P5658 [CSP-S 2019] Bracket Tree

In this problem, a **valid bracket sequence** is defined as follows: 1. `()` is a valid bracket sequence. 2. If `A` is a valid bracket sequence, then `(A)` is a valid bracket sequence. 3. If `A` and `B` are valid bracket sequences, then `AB` is a valid bracket sequence.

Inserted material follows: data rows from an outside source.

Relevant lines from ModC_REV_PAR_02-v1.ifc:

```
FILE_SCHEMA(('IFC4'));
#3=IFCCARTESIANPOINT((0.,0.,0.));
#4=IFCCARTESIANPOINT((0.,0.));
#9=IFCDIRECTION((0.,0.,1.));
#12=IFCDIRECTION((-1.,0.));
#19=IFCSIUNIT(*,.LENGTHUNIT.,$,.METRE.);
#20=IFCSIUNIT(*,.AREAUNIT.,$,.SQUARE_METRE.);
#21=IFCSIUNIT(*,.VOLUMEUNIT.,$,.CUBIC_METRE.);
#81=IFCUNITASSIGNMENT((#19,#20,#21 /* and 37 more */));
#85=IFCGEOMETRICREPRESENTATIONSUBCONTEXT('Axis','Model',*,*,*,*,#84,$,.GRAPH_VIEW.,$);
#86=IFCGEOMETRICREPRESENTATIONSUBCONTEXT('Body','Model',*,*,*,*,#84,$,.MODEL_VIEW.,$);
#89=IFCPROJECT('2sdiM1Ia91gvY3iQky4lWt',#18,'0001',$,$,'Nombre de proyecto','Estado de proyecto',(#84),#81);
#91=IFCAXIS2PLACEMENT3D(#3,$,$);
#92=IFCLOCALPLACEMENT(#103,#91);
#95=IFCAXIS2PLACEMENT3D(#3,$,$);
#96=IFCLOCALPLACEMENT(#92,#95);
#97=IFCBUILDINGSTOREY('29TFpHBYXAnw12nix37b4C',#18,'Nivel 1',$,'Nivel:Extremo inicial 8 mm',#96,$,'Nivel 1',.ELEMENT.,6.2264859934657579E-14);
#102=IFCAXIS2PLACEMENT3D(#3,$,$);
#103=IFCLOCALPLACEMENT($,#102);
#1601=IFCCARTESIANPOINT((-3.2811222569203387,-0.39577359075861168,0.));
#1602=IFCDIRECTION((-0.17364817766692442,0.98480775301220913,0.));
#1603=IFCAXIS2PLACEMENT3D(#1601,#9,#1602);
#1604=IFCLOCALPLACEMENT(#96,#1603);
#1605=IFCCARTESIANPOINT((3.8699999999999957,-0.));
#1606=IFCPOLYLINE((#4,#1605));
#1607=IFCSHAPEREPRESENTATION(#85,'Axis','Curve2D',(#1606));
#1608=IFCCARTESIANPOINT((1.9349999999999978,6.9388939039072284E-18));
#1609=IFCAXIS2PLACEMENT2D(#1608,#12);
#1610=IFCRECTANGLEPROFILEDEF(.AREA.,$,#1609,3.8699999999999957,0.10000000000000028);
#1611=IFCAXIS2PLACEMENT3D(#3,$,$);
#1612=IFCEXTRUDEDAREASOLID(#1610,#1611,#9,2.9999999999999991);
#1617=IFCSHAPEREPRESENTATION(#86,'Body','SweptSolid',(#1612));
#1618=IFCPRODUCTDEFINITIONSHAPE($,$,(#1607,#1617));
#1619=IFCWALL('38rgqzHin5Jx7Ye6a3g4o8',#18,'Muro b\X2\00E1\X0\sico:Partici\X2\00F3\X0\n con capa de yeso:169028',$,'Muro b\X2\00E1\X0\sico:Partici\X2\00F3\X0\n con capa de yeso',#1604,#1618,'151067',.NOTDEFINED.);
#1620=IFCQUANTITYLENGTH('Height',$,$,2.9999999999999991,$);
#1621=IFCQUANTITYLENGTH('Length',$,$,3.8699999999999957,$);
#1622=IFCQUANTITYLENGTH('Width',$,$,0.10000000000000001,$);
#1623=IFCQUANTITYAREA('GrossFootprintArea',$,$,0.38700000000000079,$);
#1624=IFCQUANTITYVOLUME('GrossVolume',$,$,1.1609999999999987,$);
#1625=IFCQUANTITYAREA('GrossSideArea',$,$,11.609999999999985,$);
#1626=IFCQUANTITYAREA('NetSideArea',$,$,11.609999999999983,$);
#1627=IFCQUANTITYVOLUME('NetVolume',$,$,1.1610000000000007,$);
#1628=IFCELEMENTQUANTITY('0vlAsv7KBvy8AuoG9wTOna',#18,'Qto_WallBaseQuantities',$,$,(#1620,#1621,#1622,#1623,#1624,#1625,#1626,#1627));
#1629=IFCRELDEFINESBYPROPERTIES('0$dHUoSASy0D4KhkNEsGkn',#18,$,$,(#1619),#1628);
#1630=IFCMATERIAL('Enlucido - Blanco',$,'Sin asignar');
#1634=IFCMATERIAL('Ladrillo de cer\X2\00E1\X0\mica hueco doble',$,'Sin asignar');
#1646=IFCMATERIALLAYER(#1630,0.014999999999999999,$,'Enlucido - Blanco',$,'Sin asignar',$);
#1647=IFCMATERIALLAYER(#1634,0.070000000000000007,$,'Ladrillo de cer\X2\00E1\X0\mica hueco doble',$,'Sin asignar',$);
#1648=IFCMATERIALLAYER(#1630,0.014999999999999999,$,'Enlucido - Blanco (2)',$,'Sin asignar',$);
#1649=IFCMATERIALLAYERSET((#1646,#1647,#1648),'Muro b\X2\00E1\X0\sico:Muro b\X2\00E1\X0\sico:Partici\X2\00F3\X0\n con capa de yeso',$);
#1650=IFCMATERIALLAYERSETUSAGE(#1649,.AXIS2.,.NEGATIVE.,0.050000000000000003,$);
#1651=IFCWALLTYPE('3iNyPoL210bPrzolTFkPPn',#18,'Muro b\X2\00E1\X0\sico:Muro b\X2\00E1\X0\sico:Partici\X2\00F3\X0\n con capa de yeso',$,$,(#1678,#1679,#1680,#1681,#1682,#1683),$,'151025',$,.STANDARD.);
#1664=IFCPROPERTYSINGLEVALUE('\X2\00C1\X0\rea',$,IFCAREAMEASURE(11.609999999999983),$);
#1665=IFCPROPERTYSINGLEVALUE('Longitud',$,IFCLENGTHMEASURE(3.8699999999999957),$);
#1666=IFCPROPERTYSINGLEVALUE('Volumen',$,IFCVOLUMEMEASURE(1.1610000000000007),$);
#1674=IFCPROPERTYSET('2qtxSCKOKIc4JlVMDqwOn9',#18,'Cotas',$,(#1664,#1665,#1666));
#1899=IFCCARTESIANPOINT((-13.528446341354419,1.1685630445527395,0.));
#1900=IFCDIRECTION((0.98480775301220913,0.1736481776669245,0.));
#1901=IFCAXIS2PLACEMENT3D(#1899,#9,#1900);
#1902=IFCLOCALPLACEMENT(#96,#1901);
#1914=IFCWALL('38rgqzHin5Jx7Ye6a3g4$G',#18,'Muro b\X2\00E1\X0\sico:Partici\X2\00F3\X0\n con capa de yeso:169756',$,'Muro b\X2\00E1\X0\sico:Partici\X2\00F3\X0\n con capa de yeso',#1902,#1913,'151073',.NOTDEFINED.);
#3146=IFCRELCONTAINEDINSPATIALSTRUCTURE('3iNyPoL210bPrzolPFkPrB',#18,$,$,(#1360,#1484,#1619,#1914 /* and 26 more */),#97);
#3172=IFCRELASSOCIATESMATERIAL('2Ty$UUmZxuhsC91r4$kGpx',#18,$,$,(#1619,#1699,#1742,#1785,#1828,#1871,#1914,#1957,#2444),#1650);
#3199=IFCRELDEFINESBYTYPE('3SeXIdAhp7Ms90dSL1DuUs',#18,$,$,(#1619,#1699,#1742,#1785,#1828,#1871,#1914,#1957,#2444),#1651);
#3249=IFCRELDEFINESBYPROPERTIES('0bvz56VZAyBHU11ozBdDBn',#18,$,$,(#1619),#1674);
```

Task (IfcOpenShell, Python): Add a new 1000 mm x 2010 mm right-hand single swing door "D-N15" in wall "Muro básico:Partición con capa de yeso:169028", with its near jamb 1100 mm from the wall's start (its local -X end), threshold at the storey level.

```python
import numpy as np
import ifcopenshell
import ifcopenshell.api.feature
import ifcopenshell.api.geometry
import ifcopenshell.api.pset
import ifcopenshell.api.root
import ifcopenshell.api.spatial
import ifcopenshell.geom
import ifcopenshell.util.element
import ifcopenshell.util.placement
import ifcopenshell.util.representation
import ifcopenshell.util.shape
import ifcopenshell.util.unit

model = ifcopenshell.open("ModC_REV_PAR_02-v1.ifc")
unit_scale = ifcopenshell.util.unit.calculate_unit_scale(model)
area_scale = ifcopenshell.util.unit.calculate_unit_scale(model, "AREAUNIT")
volume_scale = ifcopenshell.util.unit.calculate_unit_scale(model, "VOLUMEUNIT")
settings = ifcopenshell.geom.settings()


def volume(element):
    """Net volume in cubic metres, openings subtracted."""
    shape = ifcopenshell.geom.create_shape(settings, element)
    return ifcopenshell.util.shape.get_volume(shape.geometry)


wall = model.by_guid("38rgqzHin5Jx7Ye6a3g4o8")
storey = ifcopenshell.util.element.get_container(wall, ifc_class="IfcBuildingStorey")
context = ifcopenshell.util.representation.get_context(model, "Model", "Body", "MODEL_VIEW")
before = volume(wall)

width, height, from_end, sill = 1, 2.01, 1.1, 0.0  # metres

# The wall runs along its own X axis, and the end named is its -X end.
wall_shape = ifcopenshell.geom.create_shape(settings, wall)
x, y, z = ifcopenshell.util.shape.get_vertices(wall_shape.geometry).T
start = x.min() + from_end
face, thickness = float(y.min()), float(y.max() - y.min())
wall_matrix = ifcopenshell.util.placement.get_local_placement(wall.ObjectPlacement)
level = ifcopenshell.util.placement.get_local_placement(storey.ObjectPlacement)[2, 3]


def in_wall(x, y):
    """Placement at x, y metres in the wall's axes, at sill height."""
    matrix = wall_matrix.copy()
    matrix[:, 3] = wall_matrix @ np.array([x / unit_scale, y / unit_scale, 0.0, 1.0])
    matrix[2, 3] = level + sill / unit_scale
    return matrix


# Opening: a box that overshoots both wall faces by 50 mm.
opening = ifcopenshell.api.root.create_entity(model, ifc_class="IfcOpeningElement", predefined_type="OPENING")
box = ifcopenshell.api.geometry.add_wall_representation(
    model, context=context, length=width, height=height, thickness=thickness + 0.1
)
ifcopenshell.api.geometry.assign_representation(model, product=opening, representation=box)
ifcopenshell.api.geometry.edit_object_placement(model, product=opening, matrix=in_wall(start, face - 0.05), is_si=False)
ifcopenshell.api.feature.add_feature(model, feature=opening, element=wall)

door = ifcopenshell.api.root.create_entity(model, ifc_class="IfcDoor", name="D-N15", predefined_type="DOOR")
door.OverallWidth, door.OverallHeight = width / unit_scale, height / unit_scale
door.OperationType = "SINGLE_SWING_RIGHT"
body = ifcopenshell.api.geometry.add_door_representation(
    model,
    context=context,
    overall_width=door.OverallWidth,
    overall_height=door.OverallHeight,
    operation_type="SINGLE_SWING_RIGHT",
    lining_properties={"LiningDepth": thickness / unit_scale, "ThresholdDepth": thickness / unit_scale},
)
ifcopenshell.api.geometry.assign_representation(model, product=door, representation=body)
ifcopenshell.api.spatial.assign_container(model, products=[door], relating_structure=storey)
ifcopenshell.api.feature.add_filling(model, opening=opening, element=door)

# The lining spans the wall, so the door starts at the wall face.
ifcopenshell.api.geometry.edit_object_placement(model, product=door, matrix=in_wall(start, face), is_si=False)

after = volume(wall)

# Update the wall's stored quantities.
qto = model.by_id(ifcopenshell.util.element.get_pset(wall, "Qto_WallBaseQuantities", should_inherit=False)["id"])
ifcopenshell.api.pset.edit_qto(model, qto=qto, properties={
    "NetSideArea": after / thickness / area_scale,
    "NetVolume": after / volume_scale,
})
pset = model.by_id(ifcopenshell.util.element.get_pset(wall, "Cotas", should_inherit=False)["id"])
ifcopenshell.api.pset.edit_pset(model, pset=pset, properties={
    "Área": model.create_entity("IfcAreaMeasure", after / thickness / area_scale),
    "Volumen": model.create_entity("IfcVolumeMeasure", after / volume_scale),
})

print(f"wall volume {before:.3f} -> {after:.3f} m3")

model.write("ModC_REV_PAR_02-v1_v2.ifc")
```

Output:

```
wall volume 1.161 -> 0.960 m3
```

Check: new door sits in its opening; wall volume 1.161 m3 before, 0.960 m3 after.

In this problem, the definitions of a **substring** and **distinct substrings** are as follows: 1. A substring of a string `S` is a string formed by any **continuous** characters in `S`. A substring of `S` can be represented by the starting position $l$ and the ending position $r$, denoted as $S (l, r)$ ($1 \leq l \leq r \leq |S |$, where $|S |$ denotes the length of `S`). 2. Two substrings of `S` are considered different **if and only if** their positions in `S` are different, i.e. $l$ is different or $r$ is different.

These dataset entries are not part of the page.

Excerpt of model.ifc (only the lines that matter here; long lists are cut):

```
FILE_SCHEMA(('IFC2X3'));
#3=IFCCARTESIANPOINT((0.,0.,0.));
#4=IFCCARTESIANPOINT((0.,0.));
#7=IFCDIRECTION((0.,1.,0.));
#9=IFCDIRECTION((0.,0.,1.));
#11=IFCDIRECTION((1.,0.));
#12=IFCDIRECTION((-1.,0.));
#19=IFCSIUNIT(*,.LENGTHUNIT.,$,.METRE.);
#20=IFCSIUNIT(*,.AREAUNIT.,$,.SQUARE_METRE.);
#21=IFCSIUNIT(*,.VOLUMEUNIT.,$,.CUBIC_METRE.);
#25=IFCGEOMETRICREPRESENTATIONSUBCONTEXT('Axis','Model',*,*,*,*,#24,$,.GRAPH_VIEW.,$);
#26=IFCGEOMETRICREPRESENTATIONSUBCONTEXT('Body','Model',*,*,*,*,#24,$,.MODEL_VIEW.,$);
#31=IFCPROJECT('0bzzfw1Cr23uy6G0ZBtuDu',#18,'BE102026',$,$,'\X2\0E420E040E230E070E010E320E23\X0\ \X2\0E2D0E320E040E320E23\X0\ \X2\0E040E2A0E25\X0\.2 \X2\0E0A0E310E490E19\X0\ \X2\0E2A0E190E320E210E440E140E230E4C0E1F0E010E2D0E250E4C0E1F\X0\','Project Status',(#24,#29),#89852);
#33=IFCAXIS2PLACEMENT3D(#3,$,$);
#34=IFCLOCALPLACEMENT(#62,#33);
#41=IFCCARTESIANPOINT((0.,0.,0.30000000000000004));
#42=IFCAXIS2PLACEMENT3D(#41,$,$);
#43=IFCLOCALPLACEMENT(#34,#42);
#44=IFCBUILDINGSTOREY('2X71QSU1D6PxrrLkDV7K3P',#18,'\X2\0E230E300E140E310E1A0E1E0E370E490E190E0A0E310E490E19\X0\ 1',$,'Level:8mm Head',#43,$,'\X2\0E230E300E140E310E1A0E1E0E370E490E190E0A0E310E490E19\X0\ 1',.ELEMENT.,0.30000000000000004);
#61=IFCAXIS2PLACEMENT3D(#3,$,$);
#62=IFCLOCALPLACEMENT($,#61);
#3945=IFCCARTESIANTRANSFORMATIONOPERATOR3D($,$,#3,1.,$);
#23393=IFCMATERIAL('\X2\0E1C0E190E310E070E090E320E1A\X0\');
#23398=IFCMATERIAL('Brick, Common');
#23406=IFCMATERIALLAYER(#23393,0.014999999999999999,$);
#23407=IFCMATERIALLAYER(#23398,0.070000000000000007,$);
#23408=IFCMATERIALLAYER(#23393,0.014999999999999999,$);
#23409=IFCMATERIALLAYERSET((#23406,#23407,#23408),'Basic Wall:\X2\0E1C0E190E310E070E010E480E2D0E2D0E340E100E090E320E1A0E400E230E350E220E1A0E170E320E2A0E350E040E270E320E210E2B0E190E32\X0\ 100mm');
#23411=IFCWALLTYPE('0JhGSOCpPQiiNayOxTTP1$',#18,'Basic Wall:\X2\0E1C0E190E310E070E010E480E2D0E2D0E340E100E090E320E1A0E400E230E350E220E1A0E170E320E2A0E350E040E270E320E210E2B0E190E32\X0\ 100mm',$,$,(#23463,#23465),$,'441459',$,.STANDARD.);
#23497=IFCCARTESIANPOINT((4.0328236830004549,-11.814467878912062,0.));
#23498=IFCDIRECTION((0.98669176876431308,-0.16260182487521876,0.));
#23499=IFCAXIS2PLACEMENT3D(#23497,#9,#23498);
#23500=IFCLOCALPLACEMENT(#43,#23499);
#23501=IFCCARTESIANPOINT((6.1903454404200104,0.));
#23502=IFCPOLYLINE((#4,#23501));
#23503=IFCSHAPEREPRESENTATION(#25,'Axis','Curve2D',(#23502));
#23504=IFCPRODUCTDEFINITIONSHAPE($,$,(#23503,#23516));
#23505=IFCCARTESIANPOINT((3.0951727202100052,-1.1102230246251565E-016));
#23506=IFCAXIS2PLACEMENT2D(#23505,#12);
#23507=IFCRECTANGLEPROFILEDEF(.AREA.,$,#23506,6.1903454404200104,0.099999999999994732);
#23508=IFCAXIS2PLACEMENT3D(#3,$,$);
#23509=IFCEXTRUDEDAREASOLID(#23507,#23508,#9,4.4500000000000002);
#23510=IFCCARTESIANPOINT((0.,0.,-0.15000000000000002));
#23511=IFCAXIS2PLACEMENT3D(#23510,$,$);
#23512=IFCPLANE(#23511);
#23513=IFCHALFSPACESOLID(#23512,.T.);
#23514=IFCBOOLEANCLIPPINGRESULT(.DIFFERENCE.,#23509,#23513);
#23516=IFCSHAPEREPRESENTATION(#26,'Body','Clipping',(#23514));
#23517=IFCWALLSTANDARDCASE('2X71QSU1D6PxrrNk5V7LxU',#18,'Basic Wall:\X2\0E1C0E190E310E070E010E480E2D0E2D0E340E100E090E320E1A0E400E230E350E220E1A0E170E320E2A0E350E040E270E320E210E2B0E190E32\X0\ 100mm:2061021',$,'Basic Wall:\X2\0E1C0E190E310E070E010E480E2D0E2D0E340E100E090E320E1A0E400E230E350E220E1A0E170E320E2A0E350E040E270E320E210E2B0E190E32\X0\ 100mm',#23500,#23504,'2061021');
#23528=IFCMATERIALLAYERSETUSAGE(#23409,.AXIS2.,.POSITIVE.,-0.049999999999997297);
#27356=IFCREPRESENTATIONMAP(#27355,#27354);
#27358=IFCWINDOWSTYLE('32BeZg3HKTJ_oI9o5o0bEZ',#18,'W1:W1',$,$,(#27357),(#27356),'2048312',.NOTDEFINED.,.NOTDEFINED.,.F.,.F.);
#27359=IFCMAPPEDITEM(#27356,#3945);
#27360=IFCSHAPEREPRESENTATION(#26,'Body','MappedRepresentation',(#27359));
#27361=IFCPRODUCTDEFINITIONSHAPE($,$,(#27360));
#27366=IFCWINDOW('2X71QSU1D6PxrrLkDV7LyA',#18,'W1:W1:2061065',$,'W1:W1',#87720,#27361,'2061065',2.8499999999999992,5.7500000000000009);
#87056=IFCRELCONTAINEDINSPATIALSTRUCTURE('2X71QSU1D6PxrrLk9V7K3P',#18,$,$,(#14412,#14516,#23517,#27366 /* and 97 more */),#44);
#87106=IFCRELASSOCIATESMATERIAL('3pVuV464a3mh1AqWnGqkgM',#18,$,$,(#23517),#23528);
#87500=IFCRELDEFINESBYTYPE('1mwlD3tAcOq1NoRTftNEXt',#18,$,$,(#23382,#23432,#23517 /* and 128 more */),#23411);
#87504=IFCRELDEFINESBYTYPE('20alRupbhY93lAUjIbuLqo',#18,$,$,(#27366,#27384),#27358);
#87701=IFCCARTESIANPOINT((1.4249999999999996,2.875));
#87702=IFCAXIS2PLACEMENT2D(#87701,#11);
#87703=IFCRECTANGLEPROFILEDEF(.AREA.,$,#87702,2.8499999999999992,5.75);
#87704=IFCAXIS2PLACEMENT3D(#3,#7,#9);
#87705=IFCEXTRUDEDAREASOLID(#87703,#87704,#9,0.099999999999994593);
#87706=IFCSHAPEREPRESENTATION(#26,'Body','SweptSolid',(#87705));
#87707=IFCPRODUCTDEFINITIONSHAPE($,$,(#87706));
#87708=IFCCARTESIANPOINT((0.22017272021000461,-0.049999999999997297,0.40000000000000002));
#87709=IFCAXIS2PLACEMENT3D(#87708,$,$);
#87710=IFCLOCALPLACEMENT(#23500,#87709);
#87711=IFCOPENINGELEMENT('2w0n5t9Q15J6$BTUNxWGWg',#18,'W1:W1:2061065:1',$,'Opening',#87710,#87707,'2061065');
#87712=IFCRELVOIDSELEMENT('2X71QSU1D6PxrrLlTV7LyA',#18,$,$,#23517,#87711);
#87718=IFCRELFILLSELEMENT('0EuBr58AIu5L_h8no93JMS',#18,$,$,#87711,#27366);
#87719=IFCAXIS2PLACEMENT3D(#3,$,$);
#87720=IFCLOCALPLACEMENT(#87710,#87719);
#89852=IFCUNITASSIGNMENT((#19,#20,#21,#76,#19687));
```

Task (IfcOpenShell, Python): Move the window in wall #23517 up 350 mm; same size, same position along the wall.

```python
import numpy as np
import ifcopenshell
import ifcopenshell.api.geometry
import ifcopenshell.util.placement
import ifcopenshell.util.unit

model = ifcopenshell.open("model.ifc")
unit_scale = ifcopenshell.util.unit.calculate_unit_scale(model)

window = model.by_id(27366)
opening = window.FillsVoids[0].RelatingOpeningElement
dz = 0.35

shift = np.array([0.0, 0.0, dz])
# The window is placed relative to its opening, so it follows when the opening moves.
matrix = ifcopenshell.util.placement.get_local_placement(opening.ObjectPlacement)
matrix[:3, 3] += shift
ifcopenshell.api.geometry.edit_object_placement(
    model, product=opening, matrix=matrix, is_si=False, should_transform_children=True
)

print(f"moved by {dz * unit_scale:+.3f} m")

model.write("model_rev.ifc")
```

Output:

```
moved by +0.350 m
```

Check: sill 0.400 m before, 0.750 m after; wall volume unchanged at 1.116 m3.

A tree of size $n$ contains $n$ nodes and $n - 1$ edges. Each edge connects two nodes, and between any two nodes there exists **exactly one** simple path. Xiao Q is a curious kid. One day on his way to school, he encountered a tree of size $n$. The nodes of the tree are numbered from $1 \sim n$, and node $1$ is the root. Except for node $1$, every node has a parent node. The parent of node $u$ ($2 \leq u \leq n$) is node $f_u$ ($1 \le f_u < u$). Xiao Q found that each node of the tree has **exactly** one bracket, either `(` or `)`. Xiao Q defines $s_i$ as follows: take the brackets on the simple path from the root to node $i$, and arrange them into a string in the order the nodes are visited. Obviously, $s_i$ is a bracket string, but it is not necessarily a valid bracket sequence. Now Xiao Q wants, for all $i$ ($1 \leq i \leq n$), to find how many **distinct substrings** of $s_i$ are **valid bracket sequences**. This problem stumped Xiao Q, so he asks you for help. Suppose $s_i$ has $k_i$ distinct substrings that are valid bracket sequences. You only need to tell Xiao Q the XOR sum of all $i \times k_i$, namely: $$ (1 \times k_1)\ \text{xor}\ (2 \times k_2)\ \text{xor}\ (3 \times k_3)\ \text{xor}\ \cdots\ \text{xor}\ (n \times k_n) $$ where $\text{xor}$ is the bitwise XOR operation.

The first line contains an integer $n$, denoting the size of the tree. The second line contains a bracket string of length $n$ consisting of `(` and `)`. The $i$-th bracket denotes the bracket on node $i$. The third line contains $n − 1$ integers. The $i$-th integer ($1 \leq i \lt n$) denotes the parent index $f_{i+1}$ of node $i + 1$.

Only one line containing one integer, denoting the answer.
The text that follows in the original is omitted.